Data -
-- Opening Marker --

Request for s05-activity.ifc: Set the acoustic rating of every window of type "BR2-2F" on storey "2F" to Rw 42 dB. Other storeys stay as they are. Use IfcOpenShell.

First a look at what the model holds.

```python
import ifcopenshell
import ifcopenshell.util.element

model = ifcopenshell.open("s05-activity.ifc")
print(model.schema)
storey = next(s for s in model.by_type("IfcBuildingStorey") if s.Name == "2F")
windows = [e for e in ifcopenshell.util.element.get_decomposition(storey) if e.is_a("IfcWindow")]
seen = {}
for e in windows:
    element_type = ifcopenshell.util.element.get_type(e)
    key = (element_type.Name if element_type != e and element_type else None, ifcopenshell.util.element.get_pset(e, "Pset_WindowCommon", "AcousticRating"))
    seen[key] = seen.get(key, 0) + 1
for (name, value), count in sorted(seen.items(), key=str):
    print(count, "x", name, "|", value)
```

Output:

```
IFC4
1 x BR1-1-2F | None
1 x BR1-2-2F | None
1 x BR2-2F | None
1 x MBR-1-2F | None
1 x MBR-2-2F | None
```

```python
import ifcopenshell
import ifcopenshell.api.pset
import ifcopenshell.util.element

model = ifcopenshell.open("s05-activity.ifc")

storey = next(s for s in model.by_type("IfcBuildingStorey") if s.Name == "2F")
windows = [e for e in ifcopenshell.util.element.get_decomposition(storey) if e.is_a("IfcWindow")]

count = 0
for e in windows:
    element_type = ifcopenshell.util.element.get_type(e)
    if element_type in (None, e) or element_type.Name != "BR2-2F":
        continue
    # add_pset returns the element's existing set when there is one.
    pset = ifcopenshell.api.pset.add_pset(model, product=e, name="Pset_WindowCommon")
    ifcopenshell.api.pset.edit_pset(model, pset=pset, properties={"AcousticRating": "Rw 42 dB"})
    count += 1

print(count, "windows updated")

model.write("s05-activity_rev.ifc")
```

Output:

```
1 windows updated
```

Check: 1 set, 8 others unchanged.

-- Closing Marker --
-- Opening Marker --

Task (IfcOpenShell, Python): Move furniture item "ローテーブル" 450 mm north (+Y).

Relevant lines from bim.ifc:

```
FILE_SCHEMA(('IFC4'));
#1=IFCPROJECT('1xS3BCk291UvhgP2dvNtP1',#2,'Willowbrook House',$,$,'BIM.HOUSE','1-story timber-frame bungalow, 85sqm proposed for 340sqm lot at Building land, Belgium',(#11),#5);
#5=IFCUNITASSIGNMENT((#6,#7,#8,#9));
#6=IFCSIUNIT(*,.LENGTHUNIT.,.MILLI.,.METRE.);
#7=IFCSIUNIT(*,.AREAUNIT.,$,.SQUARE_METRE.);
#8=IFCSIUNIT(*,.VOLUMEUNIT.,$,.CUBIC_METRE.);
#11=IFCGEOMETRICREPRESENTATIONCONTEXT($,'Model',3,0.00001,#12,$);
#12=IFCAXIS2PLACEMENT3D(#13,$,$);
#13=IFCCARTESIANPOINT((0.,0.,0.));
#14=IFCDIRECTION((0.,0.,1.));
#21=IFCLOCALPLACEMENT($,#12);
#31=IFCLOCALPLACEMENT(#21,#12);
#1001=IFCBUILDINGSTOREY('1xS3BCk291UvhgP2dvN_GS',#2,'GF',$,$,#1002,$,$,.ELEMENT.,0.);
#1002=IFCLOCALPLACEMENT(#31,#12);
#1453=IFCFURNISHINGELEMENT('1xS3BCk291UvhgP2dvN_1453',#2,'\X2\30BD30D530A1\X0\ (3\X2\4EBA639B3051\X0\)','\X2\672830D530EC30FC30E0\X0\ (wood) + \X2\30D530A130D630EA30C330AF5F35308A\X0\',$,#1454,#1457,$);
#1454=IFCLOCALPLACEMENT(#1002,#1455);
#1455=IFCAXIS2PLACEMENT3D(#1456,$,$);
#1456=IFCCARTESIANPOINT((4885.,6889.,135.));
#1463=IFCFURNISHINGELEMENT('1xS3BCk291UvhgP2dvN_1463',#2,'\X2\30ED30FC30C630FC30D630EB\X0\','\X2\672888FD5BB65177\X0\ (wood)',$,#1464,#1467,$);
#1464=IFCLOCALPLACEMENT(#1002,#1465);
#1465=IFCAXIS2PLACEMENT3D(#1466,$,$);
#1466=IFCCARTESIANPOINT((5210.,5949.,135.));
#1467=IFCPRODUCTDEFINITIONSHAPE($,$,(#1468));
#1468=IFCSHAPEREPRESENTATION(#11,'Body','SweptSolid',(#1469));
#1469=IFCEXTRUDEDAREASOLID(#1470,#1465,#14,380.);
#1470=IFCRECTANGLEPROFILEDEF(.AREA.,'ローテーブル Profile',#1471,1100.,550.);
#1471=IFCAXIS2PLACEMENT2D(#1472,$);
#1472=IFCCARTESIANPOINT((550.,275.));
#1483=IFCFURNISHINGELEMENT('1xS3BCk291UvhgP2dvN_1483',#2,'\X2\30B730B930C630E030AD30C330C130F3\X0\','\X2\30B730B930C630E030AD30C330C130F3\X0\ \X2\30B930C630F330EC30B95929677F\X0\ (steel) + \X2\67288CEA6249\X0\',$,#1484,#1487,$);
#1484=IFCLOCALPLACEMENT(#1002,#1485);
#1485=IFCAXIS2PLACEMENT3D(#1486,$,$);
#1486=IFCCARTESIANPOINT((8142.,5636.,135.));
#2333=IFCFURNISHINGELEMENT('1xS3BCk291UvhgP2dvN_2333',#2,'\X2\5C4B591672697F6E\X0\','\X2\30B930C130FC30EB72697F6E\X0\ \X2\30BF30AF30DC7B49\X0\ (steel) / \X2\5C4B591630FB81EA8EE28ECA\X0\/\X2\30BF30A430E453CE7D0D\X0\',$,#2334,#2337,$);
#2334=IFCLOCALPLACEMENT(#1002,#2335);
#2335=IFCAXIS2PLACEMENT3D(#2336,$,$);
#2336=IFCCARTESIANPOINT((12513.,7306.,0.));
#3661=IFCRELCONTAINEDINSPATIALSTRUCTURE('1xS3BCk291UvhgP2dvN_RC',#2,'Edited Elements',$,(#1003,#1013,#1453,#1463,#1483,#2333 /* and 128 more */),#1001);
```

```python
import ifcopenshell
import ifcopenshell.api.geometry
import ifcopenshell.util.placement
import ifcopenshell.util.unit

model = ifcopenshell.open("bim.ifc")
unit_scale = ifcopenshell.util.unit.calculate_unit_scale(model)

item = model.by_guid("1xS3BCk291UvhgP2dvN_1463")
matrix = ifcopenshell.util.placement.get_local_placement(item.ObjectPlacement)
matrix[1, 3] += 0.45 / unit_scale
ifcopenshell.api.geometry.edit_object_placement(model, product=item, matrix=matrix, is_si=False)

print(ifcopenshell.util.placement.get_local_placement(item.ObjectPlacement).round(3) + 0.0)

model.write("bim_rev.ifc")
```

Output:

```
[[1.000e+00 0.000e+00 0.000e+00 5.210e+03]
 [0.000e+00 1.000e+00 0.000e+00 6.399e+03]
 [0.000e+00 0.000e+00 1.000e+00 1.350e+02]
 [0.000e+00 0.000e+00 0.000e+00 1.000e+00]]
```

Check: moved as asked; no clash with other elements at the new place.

-- Closing Marker --

Exercise brief - For this exercise, output exactly the lines above from the line with "Request for s05-activity.ifc: Set" to the line with "Check: 1 set, 8 others unchanged.", counting both, and leave out the rest.

Solution for this task -
Request for s05-activity.ifc: Set the acoustic rating of every window of type "BR2-2F" on storey "2F" to Rw 42 dB. Other storeys stay as they are. Use IfcOpenShell.

First a look at what the model holds.

```python
import ifcopenshell
import ifcopenshell.util.element

model = ifcopenshell.open("s05-activity.ifc")
print(model.schema)
storey = next(s for s in model.by_type("IfcBuildingStorey") if s.Name == "2F")
windows = [e for e in ifcopenshell.util.element.get_decomposition(storey) if e.is_a("IfcWindow")]
seen = {}
for e in windows:
    element_type = ifcopenshell.util.element.get_type(e)
    key = (element_type.Name if element_type != e and element_type else None, ifcopenshell.util.element.get_pset(e, "Pset_WindowCommon", "AcousticRating"))
    seen[key] = seen.get(key, 0) + 1
for (name, value), count in sorted(seen.items(), key=str):
    print(count, "x", name, "|", value)
```

Output:

```
IFC4
1 x BR1-1-2F | None
1 x BR1-2-2F | None
1 x BR2-2F | None
1 x MBR-1-2F | None
1 x MBR-2-2F | None
```

```python
import ifcopenshell
import ifcopenshell.api.pset
import ifcopenshell.util.element

model = ifcopenshell.open("s05-activity.ifc")

storey = next(s for s in model.by_type("IfcBuildingStorey") if s.Name == "2F")
windows = [e for e in ifcopenshell.util.element.get_decomposition(storey) if e.is_a("IfcWindow")]

count = 0
for e in windows:
    element_type = ifcopenshell.util.element.get_type(e)
    if element_type in (None, e) or element_type.Name != "BR2-2F":
        continue
    # add_pset returns the element's existing set when there is one.
    pset = ifcopenshell.api.pset.add_pset(model, product=e, name="Pset_WindowCommon")
    ifcopenshell.api.pset.edit_pset(model, pset=pset, properties={"AcousticRating": "Rw 42 dB"})
    count += 1

print(count, "windows updated")

model.write("s05-activity_rev.ifc")
```

Output:

```
1 windows updated
```

Check: 1 set, 8 others unchanged.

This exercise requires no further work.